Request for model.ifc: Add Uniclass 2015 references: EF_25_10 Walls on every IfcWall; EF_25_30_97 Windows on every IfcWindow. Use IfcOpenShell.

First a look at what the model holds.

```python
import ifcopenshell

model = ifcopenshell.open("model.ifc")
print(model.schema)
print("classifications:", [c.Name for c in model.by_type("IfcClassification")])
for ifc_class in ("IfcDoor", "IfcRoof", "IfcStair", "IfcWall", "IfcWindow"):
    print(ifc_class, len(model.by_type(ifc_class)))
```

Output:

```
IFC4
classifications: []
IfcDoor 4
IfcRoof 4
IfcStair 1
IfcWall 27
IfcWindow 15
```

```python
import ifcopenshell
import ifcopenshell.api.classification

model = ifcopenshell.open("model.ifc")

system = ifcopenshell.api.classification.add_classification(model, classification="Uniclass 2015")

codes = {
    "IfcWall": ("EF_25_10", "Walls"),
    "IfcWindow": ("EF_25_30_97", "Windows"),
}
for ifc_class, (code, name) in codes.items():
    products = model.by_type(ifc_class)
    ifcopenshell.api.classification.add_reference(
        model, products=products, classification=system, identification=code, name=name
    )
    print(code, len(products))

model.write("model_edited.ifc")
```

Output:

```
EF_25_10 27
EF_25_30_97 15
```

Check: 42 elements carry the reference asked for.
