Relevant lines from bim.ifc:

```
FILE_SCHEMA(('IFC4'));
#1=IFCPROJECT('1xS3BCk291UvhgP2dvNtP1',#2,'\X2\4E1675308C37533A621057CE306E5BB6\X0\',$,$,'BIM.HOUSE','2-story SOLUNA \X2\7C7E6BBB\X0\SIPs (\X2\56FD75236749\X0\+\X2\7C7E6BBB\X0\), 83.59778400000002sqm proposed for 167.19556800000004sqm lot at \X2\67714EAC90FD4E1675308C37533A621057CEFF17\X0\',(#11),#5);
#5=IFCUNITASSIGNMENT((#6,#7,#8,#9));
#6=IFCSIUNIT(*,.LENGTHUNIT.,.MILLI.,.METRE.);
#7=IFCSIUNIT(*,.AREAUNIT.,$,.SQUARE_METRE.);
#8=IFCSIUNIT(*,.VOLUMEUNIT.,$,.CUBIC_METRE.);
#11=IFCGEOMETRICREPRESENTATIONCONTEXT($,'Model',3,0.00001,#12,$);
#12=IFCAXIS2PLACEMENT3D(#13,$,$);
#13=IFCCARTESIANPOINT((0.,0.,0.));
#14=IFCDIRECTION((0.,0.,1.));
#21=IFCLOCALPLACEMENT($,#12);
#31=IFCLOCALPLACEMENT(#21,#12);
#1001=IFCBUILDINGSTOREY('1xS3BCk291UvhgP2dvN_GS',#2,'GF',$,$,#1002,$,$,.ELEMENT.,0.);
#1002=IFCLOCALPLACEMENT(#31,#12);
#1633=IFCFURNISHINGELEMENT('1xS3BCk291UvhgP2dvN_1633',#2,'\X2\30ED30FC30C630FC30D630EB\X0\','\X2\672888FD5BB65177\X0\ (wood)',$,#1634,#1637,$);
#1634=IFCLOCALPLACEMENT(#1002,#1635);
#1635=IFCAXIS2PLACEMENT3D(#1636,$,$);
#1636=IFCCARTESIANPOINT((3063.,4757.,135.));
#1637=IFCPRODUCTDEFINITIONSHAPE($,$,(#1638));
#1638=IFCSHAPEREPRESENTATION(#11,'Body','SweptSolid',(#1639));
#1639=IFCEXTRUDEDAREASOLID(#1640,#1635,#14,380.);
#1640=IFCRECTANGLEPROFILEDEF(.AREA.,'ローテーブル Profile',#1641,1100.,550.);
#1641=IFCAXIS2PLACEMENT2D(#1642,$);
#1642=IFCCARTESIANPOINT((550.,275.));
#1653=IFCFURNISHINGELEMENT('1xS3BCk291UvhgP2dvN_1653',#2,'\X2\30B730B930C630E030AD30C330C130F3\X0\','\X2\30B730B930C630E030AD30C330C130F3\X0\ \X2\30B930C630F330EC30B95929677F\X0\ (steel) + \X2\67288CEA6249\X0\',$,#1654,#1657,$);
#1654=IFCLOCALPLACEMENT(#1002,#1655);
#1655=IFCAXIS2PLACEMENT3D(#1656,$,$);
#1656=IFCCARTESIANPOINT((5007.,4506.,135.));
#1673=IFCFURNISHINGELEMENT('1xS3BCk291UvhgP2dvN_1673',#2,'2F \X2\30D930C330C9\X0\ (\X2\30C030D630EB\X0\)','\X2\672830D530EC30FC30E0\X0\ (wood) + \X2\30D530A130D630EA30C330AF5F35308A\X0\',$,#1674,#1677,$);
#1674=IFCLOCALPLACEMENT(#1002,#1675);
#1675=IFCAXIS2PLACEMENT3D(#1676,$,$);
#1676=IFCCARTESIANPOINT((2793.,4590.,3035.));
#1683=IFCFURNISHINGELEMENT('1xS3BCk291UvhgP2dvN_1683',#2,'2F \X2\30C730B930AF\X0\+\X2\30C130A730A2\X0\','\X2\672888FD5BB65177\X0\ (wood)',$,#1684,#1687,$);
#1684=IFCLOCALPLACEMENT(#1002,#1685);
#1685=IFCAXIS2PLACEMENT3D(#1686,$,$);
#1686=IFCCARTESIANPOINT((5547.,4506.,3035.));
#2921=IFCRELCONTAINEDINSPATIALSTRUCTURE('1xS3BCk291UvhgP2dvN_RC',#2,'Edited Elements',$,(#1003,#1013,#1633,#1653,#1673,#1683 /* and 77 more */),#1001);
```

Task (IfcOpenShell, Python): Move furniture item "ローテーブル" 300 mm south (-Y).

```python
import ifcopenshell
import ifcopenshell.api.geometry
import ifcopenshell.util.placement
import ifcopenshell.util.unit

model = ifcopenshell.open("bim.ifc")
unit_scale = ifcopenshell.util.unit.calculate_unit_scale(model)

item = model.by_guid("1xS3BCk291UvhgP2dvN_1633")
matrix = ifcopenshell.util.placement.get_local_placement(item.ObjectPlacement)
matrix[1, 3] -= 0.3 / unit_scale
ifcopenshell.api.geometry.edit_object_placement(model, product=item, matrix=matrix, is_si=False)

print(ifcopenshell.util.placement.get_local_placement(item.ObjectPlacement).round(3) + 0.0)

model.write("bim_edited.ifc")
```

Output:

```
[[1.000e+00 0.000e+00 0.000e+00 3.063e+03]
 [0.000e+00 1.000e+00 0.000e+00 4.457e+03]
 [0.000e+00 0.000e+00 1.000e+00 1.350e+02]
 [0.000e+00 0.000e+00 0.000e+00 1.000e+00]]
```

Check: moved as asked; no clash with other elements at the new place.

==

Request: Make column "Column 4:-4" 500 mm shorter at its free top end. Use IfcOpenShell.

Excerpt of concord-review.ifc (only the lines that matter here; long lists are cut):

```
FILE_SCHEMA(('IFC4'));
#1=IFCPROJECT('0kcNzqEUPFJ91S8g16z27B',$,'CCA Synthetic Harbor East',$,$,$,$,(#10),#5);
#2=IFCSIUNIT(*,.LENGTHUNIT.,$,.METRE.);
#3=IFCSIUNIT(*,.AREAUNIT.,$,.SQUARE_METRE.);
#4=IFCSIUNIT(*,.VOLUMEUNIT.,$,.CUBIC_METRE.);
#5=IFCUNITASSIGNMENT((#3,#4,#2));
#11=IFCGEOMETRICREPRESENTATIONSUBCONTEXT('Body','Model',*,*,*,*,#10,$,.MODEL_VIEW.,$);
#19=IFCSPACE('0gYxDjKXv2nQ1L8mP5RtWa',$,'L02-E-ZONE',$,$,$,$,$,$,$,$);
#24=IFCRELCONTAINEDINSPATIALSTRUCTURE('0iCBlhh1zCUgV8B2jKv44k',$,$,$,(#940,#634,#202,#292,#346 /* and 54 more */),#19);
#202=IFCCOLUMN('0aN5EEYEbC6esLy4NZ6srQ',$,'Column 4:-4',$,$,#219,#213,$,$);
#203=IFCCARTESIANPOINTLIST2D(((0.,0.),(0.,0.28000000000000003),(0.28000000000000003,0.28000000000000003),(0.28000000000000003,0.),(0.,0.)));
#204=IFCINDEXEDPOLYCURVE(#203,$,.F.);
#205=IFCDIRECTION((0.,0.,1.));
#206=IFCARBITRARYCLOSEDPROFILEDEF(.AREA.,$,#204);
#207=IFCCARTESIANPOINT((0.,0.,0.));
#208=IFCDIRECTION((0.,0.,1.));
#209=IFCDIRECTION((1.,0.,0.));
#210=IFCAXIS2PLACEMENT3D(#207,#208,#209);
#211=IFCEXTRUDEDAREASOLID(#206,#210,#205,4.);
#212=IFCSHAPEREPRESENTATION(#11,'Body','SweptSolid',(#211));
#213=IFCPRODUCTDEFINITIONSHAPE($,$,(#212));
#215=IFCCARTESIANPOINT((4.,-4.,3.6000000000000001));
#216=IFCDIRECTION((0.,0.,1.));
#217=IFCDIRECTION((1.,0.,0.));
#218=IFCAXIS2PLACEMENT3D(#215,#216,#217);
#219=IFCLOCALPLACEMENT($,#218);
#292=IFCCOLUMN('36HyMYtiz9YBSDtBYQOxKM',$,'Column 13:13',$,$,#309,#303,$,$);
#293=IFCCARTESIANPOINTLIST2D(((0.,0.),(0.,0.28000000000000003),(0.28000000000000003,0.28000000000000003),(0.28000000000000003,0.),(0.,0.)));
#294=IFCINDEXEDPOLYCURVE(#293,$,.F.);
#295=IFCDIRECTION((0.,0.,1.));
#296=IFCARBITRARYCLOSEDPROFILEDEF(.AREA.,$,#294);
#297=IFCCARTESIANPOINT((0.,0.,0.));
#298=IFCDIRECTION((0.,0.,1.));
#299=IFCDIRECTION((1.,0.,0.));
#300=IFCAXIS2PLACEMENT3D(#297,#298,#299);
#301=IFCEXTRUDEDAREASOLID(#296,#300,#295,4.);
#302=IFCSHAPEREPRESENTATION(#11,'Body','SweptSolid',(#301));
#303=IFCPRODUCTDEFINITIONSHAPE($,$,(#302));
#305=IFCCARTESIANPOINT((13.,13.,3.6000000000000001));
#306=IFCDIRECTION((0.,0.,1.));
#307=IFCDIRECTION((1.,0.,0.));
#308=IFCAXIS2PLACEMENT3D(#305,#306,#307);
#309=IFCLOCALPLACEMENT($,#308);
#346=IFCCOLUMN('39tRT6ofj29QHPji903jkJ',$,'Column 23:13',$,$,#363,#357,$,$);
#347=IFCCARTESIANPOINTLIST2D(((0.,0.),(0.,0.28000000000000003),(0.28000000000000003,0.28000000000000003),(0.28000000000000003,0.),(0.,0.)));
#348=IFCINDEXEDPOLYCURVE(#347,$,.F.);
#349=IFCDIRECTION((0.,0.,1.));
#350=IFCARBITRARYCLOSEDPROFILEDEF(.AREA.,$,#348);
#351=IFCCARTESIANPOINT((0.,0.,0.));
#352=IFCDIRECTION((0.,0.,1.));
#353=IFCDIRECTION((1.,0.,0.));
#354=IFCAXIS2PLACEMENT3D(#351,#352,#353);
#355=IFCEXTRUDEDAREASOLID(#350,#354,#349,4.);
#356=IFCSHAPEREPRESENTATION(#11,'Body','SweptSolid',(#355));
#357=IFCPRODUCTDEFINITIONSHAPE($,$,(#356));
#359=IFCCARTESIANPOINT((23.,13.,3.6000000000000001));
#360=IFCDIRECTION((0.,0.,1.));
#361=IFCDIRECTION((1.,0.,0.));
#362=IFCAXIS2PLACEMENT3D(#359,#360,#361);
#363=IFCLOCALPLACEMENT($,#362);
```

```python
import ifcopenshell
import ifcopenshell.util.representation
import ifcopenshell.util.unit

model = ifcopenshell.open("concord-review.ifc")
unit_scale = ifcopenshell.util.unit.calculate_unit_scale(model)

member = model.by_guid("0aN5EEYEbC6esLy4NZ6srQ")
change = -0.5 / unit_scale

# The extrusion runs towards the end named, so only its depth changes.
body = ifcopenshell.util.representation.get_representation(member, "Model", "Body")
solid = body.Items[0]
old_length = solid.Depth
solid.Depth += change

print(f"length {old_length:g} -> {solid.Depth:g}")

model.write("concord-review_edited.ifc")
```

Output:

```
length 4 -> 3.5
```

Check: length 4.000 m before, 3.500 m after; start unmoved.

**WORK TO COMPLETE**
Filter the records above down to the lines that hold the string "SweptSolid".

**PROBLEM SOLUTION**
#1638=IFCSHAPEREPRESENTATION(#11,'Body','SweptSolid',(#1639));
#212=IFCSHAPEREPRESENTATION(#11,'Body','SweptSolid',(#211));
#302=IFCSHAPEREPRESENTATION(#11,'Body','SweptSolid',(#301));
#356=IFCSHAPEREPRESENTATION(#11,'Body','SweptSolid',(#355));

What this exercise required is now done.